Required work - Search the data for the string "IFCRELAGGREGATES" and gather each line it is in.
####
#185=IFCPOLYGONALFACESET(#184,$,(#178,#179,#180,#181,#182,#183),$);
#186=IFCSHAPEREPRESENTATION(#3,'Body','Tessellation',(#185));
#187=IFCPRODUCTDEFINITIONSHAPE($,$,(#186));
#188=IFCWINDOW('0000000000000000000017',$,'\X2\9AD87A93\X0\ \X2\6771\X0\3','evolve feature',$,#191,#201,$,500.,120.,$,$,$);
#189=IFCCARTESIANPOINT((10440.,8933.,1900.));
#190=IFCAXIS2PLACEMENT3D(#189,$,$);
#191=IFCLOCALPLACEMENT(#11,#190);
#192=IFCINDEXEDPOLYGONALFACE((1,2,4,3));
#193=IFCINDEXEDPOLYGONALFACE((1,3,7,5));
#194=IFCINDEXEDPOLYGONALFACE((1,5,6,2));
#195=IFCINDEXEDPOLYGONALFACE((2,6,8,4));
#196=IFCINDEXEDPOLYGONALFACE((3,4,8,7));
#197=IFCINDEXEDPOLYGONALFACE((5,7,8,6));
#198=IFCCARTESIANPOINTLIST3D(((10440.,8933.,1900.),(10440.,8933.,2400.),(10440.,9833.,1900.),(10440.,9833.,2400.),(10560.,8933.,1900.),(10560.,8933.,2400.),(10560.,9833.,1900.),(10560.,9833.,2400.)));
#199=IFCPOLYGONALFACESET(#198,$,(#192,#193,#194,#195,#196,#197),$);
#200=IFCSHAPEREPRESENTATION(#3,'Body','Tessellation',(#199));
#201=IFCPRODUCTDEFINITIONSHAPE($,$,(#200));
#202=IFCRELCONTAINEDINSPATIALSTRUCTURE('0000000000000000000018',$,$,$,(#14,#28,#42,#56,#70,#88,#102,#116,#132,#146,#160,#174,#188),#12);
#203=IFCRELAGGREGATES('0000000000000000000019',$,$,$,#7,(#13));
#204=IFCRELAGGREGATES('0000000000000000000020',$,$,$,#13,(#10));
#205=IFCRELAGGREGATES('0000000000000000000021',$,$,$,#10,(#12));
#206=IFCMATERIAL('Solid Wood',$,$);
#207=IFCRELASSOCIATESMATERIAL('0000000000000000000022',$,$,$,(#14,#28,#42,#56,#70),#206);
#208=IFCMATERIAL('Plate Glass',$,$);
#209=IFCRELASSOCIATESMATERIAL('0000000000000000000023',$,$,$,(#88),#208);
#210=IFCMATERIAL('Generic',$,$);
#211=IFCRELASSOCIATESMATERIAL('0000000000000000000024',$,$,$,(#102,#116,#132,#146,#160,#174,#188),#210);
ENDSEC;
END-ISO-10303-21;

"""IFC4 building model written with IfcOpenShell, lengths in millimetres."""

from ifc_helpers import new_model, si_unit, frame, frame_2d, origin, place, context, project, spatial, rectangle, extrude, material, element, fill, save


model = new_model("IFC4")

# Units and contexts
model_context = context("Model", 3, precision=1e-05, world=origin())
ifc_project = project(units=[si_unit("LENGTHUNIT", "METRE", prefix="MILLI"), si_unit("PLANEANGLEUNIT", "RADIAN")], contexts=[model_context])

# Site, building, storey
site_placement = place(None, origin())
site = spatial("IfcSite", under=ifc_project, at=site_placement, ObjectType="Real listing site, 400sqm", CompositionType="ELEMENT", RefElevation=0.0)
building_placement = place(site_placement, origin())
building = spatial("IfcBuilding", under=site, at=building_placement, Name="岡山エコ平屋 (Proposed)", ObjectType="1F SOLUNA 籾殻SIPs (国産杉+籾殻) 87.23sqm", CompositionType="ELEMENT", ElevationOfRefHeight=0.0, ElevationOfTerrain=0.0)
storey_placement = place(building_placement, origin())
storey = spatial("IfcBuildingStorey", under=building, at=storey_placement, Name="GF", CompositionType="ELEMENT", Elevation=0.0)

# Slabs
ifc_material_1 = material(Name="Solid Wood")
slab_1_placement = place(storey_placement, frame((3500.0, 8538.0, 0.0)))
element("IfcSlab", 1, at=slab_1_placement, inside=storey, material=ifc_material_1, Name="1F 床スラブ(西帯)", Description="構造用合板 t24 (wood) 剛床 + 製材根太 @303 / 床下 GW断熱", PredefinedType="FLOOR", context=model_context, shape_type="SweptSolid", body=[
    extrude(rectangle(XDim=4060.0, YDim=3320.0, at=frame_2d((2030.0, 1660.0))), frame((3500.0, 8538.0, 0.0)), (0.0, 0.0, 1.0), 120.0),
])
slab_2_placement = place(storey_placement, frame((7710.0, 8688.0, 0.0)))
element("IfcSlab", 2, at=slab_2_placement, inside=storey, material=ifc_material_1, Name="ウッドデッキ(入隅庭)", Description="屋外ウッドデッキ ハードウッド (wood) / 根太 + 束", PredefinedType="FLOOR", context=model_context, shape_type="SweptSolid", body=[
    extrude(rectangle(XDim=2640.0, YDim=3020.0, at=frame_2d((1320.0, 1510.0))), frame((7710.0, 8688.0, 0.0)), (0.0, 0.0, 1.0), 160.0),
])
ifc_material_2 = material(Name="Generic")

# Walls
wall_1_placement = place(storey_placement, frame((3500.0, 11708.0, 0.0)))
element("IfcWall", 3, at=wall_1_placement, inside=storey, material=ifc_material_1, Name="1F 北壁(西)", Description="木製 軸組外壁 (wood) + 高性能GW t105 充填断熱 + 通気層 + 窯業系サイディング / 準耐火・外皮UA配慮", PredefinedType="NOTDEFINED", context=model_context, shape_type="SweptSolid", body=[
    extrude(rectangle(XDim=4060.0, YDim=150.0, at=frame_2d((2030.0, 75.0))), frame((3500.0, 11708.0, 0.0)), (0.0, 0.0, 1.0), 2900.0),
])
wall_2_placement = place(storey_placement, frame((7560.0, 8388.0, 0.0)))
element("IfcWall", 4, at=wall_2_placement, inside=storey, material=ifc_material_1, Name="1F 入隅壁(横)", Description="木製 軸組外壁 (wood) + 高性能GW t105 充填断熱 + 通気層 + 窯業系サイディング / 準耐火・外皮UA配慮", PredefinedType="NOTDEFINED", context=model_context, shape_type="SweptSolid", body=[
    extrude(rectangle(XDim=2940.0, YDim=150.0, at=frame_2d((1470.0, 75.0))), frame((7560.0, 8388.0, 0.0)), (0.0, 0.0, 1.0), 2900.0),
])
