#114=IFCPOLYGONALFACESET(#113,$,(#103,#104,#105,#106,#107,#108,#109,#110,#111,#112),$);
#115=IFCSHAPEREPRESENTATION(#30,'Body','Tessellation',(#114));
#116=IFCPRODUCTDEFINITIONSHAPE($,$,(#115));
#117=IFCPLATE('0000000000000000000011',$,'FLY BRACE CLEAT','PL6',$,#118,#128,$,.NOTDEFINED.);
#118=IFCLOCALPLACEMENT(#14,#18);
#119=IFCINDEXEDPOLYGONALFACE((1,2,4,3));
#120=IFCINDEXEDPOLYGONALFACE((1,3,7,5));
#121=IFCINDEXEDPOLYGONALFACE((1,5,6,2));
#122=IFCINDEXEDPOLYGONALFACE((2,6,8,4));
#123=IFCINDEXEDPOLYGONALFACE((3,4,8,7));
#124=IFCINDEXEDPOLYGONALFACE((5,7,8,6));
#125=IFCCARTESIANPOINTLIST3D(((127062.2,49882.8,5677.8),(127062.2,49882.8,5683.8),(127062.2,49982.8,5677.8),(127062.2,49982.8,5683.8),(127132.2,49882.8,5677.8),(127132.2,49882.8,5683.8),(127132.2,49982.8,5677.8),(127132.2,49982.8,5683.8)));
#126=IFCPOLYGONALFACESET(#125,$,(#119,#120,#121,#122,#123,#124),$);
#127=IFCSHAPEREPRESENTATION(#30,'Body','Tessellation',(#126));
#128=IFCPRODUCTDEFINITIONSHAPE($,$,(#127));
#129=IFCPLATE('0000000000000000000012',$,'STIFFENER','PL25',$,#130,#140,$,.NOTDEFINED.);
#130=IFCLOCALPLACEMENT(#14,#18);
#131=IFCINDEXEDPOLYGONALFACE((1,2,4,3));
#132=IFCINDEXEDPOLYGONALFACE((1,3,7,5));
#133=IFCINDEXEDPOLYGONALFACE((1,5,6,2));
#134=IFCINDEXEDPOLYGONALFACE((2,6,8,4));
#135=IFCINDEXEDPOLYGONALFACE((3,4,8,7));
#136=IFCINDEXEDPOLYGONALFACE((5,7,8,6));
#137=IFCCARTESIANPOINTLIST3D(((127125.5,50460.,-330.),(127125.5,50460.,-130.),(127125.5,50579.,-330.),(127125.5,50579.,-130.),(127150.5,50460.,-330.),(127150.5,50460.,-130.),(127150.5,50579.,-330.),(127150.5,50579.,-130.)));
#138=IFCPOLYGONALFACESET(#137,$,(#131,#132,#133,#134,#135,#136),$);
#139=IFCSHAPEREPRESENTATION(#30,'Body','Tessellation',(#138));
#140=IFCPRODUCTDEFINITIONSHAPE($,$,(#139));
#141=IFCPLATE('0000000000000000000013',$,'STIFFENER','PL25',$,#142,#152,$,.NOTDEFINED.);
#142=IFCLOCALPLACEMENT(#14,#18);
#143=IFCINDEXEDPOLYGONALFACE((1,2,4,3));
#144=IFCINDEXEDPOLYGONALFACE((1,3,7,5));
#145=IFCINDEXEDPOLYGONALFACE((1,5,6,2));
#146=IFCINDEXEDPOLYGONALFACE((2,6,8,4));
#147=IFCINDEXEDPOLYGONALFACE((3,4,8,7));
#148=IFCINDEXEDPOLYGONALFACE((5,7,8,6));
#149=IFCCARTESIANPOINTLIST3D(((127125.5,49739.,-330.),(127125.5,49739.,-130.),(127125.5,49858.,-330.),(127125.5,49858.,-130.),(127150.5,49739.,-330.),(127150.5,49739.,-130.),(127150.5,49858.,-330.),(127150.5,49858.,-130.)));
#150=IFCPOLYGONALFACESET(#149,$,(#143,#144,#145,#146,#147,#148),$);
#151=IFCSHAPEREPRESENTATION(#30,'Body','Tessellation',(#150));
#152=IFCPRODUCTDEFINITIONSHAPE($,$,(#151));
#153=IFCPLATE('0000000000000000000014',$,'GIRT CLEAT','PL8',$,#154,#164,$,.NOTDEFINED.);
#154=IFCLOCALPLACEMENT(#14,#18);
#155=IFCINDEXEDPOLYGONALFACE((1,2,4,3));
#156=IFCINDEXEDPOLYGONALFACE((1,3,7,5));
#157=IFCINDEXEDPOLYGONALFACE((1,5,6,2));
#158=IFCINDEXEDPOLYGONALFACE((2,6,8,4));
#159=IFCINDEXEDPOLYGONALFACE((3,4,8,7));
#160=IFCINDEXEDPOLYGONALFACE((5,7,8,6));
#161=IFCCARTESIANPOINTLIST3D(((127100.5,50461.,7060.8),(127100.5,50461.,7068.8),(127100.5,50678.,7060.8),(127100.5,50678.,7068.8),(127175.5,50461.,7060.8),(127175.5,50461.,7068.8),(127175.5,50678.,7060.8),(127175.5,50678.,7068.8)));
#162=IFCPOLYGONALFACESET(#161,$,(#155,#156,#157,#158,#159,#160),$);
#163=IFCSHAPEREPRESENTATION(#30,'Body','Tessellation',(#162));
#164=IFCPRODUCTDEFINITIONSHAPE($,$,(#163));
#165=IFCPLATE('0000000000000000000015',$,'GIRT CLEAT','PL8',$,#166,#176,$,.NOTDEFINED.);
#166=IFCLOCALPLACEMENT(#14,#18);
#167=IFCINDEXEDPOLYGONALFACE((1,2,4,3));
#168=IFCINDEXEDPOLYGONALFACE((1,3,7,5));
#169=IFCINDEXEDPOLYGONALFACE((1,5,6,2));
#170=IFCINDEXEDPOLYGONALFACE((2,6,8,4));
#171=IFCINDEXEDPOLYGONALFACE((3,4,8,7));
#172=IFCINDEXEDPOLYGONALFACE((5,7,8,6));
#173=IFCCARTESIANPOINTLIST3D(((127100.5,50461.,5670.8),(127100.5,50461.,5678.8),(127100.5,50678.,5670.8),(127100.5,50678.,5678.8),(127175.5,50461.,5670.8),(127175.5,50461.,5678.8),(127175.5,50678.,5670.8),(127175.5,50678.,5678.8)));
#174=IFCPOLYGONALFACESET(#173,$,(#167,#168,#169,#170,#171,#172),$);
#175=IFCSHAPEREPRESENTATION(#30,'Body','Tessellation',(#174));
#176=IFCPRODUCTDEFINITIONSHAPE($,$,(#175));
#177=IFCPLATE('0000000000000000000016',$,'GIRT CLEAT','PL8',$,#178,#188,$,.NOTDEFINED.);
####
Written reply -
#203=IFCRELAGGREGATES('0000000000000000000019',$,$,$,#7,(#13));
#204=IFCRELAGGREGATES('0000000000000000000020',$,$,$,#13,(#10));
#205=IFCRELAGGREGATES('0000000000000000000021',$,$,$,#10,(#12));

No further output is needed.